CKB is now maintained by long-term support from major funding agencies in Beijing and London (with continued support from the Oxfords Nuffield Department of Population Health, which hosts both CKB and UKB), but the initial freedom offered by the early financial supporters of both studies was crucial to the careful planning and piloting that underlay their eventual efficiency and success.
Although these two biobank studies grew out of the twentieth-century tradition of prospective studies, in their methods and size they went far beyond it. In turn, they have provided methodological examples of successful use of twenty-first-century techniques that have inspired and influenced biobank studies elsewhere.
Currently, in a welcome development, all the major biobank studies in the world are communicating with each other, sharing methods, ideas, data, and results. This book can become part of the process of sharing methods, both with other studies and with the future. This matters, for as Rory Collins, chief executive officer and onlie begetter of UK Biobank has observed, a large study is not just a small study made larger.
In recent years vast numbers of scientific (and unscientific) articles have been written about the promise and problems of big biobank studies. Still, however, too little has been written by the few who have actually made such studies work reliably and productively. The interconnected problems, which need to be planned against, are partly organisational, partly technical (assay methods are improving so rapidly that it is often better to procrastinate, waiting for big decreases in price and increases in sensitivity), and partly statistical.
Statistical traps are laid by regression dilution (which can be avoided by appropriate use of periodic resurveys of a subsample of the study population), by unduly fine subgroup analyses, by random variation in measurements (as adjustment for imperfectly measured confounding factors can leave highly significant residual confounding), and by misleading relationships between different imperfectly measured factors that cannot be adequately resolved by multiple regression or by the recently fashionable directed acyclic graphs (DAGs).
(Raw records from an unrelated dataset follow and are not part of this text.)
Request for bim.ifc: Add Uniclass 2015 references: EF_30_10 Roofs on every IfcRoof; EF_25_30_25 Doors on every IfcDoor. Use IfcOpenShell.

First a look at what the model holds.

```python
import ifcopenshell

model = ifcopenshell.open("bim.ifc")
print(model.schema)
print("classifications:", [c.Name for c in model.by_type("IfcClassification")])
for ifc_class in ("IfcDoor", "IfcRoof", "IfcStair", "IfcWall", "IfcWindow"):
    print(ifc_class, len(model.by_type(ifc_class)))
```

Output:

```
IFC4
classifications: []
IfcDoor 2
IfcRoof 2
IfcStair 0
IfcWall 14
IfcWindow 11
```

```python
import ifcopenshell
import ifcopenshell.api.classification

model = ifcopenshell.open("bim.ifc")

system = ifcopenshell.api.classification.add_classification(model, classification="Uniclass 2015")

codes = {
    "IfcRoof": ("EF_30_10", "Roofs"),
    "IfcDoor": ("EF_25_30_25", "Doors"),
}
for ifc_class, (code, name) in codes.items():
    products = model.by_type(ifc_class)
    ifcopenshell.api.classification.add_reference(
        model, products=products, classification=system, identification=code, name=name
    )
    print(code, len(products))

model.write("bim-out.ifc")
```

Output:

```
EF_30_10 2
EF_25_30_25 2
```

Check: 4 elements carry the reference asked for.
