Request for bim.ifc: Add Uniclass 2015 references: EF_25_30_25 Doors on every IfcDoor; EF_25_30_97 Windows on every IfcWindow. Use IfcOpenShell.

First a look at what the model holds.

```python
import ifcopenshell

model = ifcopenshell.open("bim.ifc")
print(model.schema)
print("classifications:", [c.Name for c in model.by_type("IfcClassification")])
for ifc_class in ("IfcDoor", "IfcRoof", "IfcStair", "IfcWall", "IfcWindow"):
    print(ifc_class, len(model.by_type(ifc_class)))
```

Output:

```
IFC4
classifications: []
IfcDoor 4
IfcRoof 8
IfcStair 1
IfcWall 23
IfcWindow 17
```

```python
import ifcopenshell
import ifcopenshell.api.classification

model = ifcopenshell.open("bim.ifc")

system = ifcopenshell.api.classification.add_classification(model, classification="Uniclass 2015")

codes = {
    "IfcDoor": ("EF_25_30_25", "Doors"),
    "IfcWindow": ("EF_25_30_97", "Windows"),
}
for ifc_class, (code, name) in codes.items():
    products = model.by_type(ifc_class)
    ifcopenshell.api.classification.add_reference(
        model, products=products, classification=system, identification=code, name=name
    )
    print(code, len(products))

model.write("bim-out.ifc")
```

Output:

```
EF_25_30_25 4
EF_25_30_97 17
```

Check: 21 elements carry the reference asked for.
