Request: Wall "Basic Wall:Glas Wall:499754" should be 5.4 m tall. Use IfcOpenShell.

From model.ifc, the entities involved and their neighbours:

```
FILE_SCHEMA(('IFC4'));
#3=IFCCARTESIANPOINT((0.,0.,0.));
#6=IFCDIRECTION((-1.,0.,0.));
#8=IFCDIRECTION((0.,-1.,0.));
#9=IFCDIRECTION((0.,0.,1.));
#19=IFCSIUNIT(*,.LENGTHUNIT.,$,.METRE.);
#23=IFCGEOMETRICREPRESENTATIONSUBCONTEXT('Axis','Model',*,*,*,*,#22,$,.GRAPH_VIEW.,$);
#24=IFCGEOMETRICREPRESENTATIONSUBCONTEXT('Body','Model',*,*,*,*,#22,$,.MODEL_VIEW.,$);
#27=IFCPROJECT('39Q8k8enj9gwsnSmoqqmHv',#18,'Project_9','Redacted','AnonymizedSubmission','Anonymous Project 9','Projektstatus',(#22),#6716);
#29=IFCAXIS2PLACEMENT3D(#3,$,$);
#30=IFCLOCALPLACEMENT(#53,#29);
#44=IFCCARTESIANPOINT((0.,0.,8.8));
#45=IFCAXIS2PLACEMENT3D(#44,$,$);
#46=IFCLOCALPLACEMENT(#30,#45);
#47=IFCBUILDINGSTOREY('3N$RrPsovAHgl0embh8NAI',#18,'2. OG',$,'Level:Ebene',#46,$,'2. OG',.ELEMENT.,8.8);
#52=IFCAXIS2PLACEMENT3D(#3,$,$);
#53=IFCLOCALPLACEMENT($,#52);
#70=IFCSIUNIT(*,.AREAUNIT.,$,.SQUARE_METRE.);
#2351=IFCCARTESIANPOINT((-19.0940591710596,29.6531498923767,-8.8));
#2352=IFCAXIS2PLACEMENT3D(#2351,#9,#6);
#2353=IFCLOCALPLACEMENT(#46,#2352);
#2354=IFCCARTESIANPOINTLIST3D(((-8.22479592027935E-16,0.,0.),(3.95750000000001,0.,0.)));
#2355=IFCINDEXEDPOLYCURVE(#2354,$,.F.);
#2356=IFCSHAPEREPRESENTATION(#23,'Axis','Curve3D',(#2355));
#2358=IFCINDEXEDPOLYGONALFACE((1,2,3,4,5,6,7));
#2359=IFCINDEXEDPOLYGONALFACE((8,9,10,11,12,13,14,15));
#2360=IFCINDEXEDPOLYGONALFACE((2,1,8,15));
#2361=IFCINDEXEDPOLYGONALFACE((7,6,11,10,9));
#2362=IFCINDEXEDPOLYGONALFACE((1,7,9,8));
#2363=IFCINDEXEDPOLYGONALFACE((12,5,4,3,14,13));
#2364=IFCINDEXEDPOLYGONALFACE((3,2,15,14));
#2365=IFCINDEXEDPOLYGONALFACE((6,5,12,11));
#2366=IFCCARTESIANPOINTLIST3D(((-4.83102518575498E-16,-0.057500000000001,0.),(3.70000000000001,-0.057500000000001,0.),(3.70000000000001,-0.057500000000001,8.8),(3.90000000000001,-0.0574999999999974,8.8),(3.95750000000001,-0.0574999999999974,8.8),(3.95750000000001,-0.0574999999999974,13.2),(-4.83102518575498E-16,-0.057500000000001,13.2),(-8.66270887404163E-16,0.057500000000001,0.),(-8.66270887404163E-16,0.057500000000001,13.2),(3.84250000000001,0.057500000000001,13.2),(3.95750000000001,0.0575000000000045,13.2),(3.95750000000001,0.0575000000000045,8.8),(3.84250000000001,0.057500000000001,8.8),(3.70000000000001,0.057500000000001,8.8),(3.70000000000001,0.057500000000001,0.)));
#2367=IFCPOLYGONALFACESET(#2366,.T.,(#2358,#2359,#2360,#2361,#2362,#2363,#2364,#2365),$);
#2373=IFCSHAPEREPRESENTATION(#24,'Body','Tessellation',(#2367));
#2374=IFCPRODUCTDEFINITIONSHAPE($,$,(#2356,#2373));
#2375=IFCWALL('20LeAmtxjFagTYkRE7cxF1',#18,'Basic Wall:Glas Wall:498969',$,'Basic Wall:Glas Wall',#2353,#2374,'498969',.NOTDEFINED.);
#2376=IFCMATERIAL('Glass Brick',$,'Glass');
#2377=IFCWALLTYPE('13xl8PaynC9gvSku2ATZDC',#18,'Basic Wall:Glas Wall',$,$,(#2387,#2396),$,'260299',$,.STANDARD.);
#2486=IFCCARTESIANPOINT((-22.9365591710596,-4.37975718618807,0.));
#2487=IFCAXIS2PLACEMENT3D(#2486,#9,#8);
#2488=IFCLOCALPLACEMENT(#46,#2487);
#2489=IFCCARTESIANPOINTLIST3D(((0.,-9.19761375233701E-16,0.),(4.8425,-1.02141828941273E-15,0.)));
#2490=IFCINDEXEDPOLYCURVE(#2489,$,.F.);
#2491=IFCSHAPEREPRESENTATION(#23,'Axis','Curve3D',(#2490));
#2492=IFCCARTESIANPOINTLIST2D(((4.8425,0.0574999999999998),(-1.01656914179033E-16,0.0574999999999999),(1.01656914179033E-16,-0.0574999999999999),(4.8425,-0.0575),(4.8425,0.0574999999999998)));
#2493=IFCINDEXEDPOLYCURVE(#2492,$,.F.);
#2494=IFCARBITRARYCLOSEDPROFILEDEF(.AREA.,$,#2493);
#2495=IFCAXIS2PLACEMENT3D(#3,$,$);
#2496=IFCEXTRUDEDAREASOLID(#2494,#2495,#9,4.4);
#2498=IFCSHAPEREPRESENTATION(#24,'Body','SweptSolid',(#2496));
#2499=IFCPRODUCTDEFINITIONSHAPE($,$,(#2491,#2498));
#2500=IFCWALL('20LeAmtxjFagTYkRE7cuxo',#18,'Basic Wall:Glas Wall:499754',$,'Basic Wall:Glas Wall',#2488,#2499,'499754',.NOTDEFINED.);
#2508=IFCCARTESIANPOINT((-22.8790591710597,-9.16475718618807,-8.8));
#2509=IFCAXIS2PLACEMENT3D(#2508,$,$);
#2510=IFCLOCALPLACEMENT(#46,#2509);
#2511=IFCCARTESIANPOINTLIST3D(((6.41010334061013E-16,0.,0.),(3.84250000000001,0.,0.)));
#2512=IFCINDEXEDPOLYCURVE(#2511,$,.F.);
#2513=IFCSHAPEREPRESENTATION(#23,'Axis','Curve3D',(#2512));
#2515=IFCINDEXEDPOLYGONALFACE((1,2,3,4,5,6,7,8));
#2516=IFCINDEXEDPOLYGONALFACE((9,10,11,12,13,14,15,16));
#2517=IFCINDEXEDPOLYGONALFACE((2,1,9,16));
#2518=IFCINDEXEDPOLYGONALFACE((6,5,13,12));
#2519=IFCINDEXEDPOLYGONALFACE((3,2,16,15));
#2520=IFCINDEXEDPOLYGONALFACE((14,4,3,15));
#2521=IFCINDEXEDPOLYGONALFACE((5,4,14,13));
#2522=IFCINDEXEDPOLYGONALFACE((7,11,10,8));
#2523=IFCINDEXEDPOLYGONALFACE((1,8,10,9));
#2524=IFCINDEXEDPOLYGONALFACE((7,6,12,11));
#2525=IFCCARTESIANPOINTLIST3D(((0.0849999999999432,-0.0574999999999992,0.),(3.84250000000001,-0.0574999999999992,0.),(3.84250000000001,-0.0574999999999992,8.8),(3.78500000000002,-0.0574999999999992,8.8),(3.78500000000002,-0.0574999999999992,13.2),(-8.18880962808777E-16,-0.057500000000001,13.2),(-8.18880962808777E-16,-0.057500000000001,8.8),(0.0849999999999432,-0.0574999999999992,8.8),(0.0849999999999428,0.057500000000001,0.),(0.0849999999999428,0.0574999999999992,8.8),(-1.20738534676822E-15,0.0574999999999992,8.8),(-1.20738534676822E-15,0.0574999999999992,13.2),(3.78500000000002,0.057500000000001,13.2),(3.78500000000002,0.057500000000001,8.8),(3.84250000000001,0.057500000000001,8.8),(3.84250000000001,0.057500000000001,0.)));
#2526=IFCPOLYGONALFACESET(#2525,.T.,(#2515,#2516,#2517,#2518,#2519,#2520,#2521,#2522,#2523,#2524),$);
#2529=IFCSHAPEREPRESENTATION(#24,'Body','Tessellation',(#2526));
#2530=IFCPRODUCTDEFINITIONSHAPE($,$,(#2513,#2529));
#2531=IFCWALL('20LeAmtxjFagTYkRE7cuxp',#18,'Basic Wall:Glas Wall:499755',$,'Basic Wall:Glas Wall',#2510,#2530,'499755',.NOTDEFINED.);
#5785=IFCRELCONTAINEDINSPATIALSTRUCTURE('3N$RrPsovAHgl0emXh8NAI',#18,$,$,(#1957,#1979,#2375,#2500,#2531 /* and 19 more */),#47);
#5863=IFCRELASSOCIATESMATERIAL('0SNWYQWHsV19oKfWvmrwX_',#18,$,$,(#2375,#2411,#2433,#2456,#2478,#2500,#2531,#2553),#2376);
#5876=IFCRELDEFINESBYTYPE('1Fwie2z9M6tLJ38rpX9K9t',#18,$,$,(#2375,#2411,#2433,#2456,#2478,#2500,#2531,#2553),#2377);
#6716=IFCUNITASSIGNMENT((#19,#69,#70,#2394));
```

```python
import ifcopenshell
import ifcopenshell.geom
import ifcopenshell.util.representation
import ifcopenshell.util.shape

model = ifcopenshell.open("model.ifc")
settings = ifcopenshell.geom.settings()


def volume(element):
    """Net volume in cubic metres, openings subtracted."""
    shape = ifcopenshell.geom.create_shape(settings, element)
    return ifcopenshell.util.shape.get_volume(shape.geometry)


wall = model.by_id(2500)
before = volume(wall)

body = ifcopenshell.util.representation.get_representation(wall, "Model", "Body")
solid = body.Items[0]
old_height = solid.Depth
solid.Depth = 5.4
after = volume(wall)

print(f"height {old_height:g} -> {solid.Depth:g}, volume {before:.3f} -> {after:.3f} m3")

model.write("model_rev.ifc")
```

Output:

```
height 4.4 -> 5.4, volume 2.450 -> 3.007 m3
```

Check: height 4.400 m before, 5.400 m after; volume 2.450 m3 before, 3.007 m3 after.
Another major problem can be reverse causality, but this can often be adequately dealt with by exclusion of those who already had disease at study entry (and, for some associations, exclusion of the first few years of follow-up).
Finally, as the randomised and the observational methods used so successfully in studies of physical disease get used increasingly widely in studies of mental disease, education, criminology, social policy, international development and many other issues, understanding the real problems that have been encountered and overcome in large prospective studies of the physical disease may be of increasingly wide interest.
Although a few highly entertaining moments have had to remain censored (and the Editor has East Asian flushing syndrome, so they cannot be elicited by alcohol), what remains is an account of a remarkable and influential study, relevant to the conduct and interpretation of all major prospective studies over the next decade or two.